We have some older drugs such as mTOR inhibitors that we use. New data on oral selective estrogen receptor degraders [SERDs] show that we may be coming up with a different category of drugs altogether to use in that setting. One of the things that we’re still trying to tackle is endocrine resistance. Importantly, the most recent data with CDK4/6 inhibitors suggest that, especially when we use them in the first-line setting, patients can have an OS of more than 5 years, which is impressive, given the fact that up until a few years ago, OS in metastatic disease was around 2 years.
We have the emergence of immunotherapy, both in the early-stage and in the metastatic setting. The results from the phase 3 KEYNOTE-522 trial [NCT03036488] in the neoadjuvant setting suggest that there is long-term improvement in outcomes with the use of pembrolizumab [Keytruda]. In the metastatic setting, the use of pembrolizumab and atezolizumab [(Tecentriq) demonstrated] that in the subset of patients that have a PD-L1–positive tumor, there may be an improvement in OS and progression-free survival with the use of PD-1/PD-L1 inhibitors.
There is the emergence of ADCs, such as sacituzumab govitecan-hziy [Trodelvy], showing improvement in outcomes. More recently, there was a press release [on sacituzumab govitecan in] HER2-low breast cancer. Some of these HER2-low breast cancers can be estrogen receptor [ER] positive, but they can also be triple negative, suggesting that another ADC, trastuzumab deruxtecan, which we use in HER2-positive breast cancer, can also be active in the HER2-low subset. This is exciting because now we have more data in [the HER2-low] subset of breast cancer.
This is extremely difficult, and the same goes with the use abemaciclib, as well as olaparib, in patients with ER-positive breast cancer. Which 1 of the 2 agents do you pick? The answer is we don’t know. Many [clinicians] are combining these drugs, especially if we have safety data. Combining pembrolizumab with a PARP inhibitor and then continuing adjuvant pembrolizumab is relatively safe and may potentially be effective, especially in patients who have not achieved a pathologic complete response with neoadjuvant chemotherapy based on the KEYNOTE-522 trial. Adding a PARP inhibitor, olaparib in that case, may be beneficial. We don’t have the data with the combination [of pembrolizumab and olaparib], but most of us are doing this because these patients don’t have good outcomes.
In the ER-positive subset, we have patients who have high-risk disease but are also BRCA positive where you are struggling to determine whether to give olaparib or abemaciclib to these patients. I’ve used the approach of giving olaparib for 1 year, [followed by] abemaciclib for another 2 years, but, again, this is not based on any data.

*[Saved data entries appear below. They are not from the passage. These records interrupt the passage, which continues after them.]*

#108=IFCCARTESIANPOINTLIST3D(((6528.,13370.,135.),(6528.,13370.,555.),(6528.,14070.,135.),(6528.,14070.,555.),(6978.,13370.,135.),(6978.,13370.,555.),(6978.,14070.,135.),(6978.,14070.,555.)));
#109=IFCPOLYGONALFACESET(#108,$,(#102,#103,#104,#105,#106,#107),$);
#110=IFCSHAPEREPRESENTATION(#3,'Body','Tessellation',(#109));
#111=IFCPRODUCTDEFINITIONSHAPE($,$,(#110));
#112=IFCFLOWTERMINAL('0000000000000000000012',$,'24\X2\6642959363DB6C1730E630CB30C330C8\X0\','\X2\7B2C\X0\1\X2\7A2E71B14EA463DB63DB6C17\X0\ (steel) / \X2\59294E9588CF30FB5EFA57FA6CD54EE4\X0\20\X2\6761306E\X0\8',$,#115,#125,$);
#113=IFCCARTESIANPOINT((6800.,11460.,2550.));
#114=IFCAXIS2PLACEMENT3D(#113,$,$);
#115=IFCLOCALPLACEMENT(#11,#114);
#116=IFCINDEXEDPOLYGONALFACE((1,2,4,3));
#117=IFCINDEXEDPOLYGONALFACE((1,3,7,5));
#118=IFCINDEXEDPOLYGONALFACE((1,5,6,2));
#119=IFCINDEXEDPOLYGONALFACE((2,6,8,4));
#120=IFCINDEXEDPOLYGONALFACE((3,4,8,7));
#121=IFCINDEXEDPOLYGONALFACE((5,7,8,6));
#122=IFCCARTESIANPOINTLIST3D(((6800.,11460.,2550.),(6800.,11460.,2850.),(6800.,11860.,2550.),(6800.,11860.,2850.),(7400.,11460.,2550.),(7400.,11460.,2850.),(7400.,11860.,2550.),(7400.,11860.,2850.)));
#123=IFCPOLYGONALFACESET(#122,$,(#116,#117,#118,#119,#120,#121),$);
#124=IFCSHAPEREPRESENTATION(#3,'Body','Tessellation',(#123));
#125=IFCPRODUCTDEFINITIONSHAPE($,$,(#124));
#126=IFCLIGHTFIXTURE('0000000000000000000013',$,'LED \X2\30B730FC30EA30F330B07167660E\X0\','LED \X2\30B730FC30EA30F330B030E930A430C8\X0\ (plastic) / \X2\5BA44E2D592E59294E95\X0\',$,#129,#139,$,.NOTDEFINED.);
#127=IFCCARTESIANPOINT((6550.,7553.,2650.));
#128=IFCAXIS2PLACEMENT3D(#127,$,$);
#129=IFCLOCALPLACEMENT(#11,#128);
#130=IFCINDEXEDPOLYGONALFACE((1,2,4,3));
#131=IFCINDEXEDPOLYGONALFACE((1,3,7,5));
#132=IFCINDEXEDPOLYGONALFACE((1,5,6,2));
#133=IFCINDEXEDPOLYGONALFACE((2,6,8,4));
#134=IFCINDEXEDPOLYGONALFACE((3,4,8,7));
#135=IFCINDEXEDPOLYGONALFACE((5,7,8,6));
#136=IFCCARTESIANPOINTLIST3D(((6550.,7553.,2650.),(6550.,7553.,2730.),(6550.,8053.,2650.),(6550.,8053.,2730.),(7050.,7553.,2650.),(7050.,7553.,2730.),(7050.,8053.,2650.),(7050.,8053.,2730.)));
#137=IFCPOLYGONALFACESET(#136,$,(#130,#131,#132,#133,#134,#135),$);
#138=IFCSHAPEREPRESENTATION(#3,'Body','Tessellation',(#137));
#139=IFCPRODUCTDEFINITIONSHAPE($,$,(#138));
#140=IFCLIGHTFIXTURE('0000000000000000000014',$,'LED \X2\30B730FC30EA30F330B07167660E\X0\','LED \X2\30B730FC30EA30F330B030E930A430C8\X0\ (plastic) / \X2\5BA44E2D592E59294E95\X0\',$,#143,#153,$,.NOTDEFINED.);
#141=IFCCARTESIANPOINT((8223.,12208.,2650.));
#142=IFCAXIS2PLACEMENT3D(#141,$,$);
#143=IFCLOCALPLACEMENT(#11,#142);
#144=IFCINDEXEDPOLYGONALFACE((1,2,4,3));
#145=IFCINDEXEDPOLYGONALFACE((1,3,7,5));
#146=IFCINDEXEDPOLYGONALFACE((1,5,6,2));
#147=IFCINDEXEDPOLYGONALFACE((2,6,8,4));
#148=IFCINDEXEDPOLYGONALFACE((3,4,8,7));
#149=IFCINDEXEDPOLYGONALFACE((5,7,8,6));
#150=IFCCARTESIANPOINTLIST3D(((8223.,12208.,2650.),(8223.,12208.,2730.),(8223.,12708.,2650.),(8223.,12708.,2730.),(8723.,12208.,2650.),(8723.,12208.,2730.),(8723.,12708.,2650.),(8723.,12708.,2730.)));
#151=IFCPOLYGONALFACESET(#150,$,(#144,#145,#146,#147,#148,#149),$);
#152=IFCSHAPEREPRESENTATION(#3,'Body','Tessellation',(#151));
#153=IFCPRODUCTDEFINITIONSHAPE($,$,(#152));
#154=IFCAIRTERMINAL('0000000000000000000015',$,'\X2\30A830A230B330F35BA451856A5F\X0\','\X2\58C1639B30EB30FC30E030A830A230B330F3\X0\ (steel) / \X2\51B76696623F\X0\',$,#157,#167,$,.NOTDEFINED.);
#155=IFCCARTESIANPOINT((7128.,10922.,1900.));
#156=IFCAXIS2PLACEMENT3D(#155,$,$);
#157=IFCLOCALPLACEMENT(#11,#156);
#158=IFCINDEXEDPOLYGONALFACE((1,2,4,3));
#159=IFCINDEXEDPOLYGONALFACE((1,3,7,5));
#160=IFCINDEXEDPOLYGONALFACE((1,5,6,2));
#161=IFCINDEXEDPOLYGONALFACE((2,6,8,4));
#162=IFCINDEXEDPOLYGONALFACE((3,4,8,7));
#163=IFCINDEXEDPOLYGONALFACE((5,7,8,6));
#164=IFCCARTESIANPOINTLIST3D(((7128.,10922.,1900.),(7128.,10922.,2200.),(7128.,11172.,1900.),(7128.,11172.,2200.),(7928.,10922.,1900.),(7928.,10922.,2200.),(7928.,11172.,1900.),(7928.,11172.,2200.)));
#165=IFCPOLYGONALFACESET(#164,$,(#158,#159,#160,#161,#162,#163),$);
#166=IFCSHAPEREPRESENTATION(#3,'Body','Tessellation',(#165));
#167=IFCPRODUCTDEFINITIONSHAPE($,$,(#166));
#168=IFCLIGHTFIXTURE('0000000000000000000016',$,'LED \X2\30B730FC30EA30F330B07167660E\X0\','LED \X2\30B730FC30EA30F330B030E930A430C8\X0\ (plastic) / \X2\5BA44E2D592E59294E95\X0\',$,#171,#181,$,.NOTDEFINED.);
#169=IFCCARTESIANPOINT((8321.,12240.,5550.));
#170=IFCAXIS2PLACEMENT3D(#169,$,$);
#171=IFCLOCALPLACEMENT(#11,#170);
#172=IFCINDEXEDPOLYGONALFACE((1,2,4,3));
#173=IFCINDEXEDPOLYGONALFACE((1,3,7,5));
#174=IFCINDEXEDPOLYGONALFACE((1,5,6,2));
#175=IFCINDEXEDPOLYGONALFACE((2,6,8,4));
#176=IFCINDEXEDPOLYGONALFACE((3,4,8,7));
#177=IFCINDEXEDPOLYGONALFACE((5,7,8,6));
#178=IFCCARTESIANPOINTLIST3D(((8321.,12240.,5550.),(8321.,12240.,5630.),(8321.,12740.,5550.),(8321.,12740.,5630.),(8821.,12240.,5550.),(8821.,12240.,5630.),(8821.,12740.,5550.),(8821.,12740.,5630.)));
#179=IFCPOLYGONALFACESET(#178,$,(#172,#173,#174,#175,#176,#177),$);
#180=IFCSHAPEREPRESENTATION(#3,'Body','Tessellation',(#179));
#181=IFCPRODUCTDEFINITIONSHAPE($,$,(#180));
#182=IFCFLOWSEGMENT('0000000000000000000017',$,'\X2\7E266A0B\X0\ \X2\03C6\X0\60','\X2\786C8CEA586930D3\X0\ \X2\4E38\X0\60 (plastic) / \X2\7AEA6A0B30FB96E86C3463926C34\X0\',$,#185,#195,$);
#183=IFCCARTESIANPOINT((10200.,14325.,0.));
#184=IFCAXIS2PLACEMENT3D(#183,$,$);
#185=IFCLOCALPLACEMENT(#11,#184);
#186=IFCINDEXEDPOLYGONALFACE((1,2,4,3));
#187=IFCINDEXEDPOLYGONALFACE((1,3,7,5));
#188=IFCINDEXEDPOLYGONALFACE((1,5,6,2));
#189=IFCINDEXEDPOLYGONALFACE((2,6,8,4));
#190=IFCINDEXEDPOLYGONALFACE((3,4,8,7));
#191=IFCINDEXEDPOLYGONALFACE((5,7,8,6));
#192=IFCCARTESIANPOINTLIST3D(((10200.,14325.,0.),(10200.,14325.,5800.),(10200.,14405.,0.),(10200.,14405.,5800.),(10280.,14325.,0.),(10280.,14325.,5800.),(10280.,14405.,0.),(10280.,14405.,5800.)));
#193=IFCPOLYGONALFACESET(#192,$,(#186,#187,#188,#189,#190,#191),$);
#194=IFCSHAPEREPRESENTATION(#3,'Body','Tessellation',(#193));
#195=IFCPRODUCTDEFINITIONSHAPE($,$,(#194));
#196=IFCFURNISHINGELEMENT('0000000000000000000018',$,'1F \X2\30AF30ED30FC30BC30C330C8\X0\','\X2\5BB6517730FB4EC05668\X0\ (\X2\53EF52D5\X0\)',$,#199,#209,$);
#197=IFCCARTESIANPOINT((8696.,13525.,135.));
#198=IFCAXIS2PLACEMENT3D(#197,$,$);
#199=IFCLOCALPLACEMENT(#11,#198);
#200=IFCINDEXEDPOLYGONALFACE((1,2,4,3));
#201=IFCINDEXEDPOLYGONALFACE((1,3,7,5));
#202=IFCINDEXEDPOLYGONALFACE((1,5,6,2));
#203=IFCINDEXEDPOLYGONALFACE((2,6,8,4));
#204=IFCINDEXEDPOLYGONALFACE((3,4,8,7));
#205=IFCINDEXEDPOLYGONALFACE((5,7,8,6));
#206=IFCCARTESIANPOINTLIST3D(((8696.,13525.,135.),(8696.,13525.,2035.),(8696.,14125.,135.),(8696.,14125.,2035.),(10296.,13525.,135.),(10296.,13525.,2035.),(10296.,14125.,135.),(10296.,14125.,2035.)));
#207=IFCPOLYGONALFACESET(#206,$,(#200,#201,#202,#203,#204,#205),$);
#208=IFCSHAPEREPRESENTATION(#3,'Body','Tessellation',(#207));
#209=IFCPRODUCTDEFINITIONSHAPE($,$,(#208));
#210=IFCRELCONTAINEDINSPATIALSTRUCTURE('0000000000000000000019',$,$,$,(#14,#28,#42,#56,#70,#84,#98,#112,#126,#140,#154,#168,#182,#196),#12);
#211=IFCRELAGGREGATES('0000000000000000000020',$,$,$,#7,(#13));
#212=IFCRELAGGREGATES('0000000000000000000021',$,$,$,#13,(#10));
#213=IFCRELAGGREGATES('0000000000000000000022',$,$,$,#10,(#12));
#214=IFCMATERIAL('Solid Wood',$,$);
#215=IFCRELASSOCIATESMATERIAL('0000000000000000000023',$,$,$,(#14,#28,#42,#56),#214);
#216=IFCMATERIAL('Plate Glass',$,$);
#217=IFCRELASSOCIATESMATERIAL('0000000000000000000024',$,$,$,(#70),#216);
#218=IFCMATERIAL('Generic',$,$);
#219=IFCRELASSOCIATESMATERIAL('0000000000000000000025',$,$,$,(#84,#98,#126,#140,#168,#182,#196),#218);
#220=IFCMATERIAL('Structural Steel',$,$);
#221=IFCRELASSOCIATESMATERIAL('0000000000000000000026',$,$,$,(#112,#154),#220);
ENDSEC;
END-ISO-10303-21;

This is just based on extrapolating from different clinical trials.
As in other malignancies, the addition of immunotherapy and more targeted agents has changed the landscape of how we treat breast cancer, improving outcomes and OS in our patients.
There are lot of new drugs approved and a lot of new drugs that come with their own toxicities. It is important for clinicians to understand how and when to use these drugs and when it’s worth using them, given the potential toxicities. Overall, this is a busy field and busy for good reason because we’re helping improve outcomes for our patients.

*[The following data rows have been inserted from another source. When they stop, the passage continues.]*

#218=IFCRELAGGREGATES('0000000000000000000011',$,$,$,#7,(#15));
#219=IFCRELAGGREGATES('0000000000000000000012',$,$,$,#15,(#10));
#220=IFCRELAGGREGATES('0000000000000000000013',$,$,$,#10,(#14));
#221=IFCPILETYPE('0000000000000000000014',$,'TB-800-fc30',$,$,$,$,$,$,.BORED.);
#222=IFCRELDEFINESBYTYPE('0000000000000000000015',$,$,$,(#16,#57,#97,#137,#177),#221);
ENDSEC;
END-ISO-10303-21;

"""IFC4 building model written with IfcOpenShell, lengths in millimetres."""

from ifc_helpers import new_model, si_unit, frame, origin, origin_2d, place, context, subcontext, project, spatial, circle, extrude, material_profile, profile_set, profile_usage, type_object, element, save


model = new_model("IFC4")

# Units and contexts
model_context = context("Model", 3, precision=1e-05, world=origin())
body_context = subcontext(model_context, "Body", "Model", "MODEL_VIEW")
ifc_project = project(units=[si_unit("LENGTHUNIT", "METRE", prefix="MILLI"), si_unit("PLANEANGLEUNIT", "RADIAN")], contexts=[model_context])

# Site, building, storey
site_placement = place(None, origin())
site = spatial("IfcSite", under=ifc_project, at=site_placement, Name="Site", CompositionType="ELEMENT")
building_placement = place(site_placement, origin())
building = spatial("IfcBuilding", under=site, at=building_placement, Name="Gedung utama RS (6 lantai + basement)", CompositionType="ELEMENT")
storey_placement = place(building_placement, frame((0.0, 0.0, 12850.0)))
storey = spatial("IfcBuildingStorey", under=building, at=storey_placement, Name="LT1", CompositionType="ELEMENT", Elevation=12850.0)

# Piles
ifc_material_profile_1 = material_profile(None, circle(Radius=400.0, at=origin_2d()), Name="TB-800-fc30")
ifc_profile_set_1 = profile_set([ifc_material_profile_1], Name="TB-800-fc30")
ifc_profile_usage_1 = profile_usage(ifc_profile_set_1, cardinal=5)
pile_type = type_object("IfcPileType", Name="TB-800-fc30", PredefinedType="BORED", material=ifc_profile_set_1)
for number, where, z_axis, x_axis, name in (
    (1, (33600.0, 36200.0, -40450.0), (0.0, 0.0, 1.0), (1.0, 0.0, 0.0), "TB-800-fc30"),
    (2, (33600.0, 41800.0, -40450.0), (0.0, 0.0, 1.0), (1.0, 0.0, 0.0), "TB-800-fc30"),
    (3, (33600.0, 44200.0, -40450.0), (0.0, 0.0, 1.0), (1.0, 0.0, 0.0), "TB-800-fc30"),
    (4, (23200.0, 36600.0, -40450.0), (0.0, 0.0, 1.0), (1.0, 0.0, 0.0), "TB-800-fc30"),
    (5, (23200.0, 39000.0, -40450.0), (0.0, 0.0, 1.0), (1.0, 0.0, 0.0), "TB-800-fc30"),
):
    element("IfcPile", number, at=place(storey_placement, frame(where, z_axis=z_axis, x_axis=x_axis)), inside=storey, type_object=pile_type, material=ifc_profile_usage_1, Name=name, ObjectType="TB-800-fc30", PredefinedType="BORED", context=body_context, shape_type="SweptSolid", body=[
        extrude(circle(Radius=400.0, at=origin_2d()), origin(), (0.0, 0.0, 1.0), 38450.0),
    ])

[Our] ongoing research [relates] to drugs looking at attacking breast cancer stem cells. We all know that cancers in general arise from stem cells, and there is a subset of agents, such as mTOR inhibitors, that can destroy stem cells. We have used that approach in patients with ductal carcinoma in situ, with the hope that these would be the type of agents to help prevent breast cancer altogether.
We are also doing work on patients with brain metastases with the use of sacituzumab govitecan in patients with brain metastases, as well as a radioactive particle in patients with leptomeningeal disease, trying to see whether this most aggressive type of brain recurrence can be treated with the use of radioactive isoforms.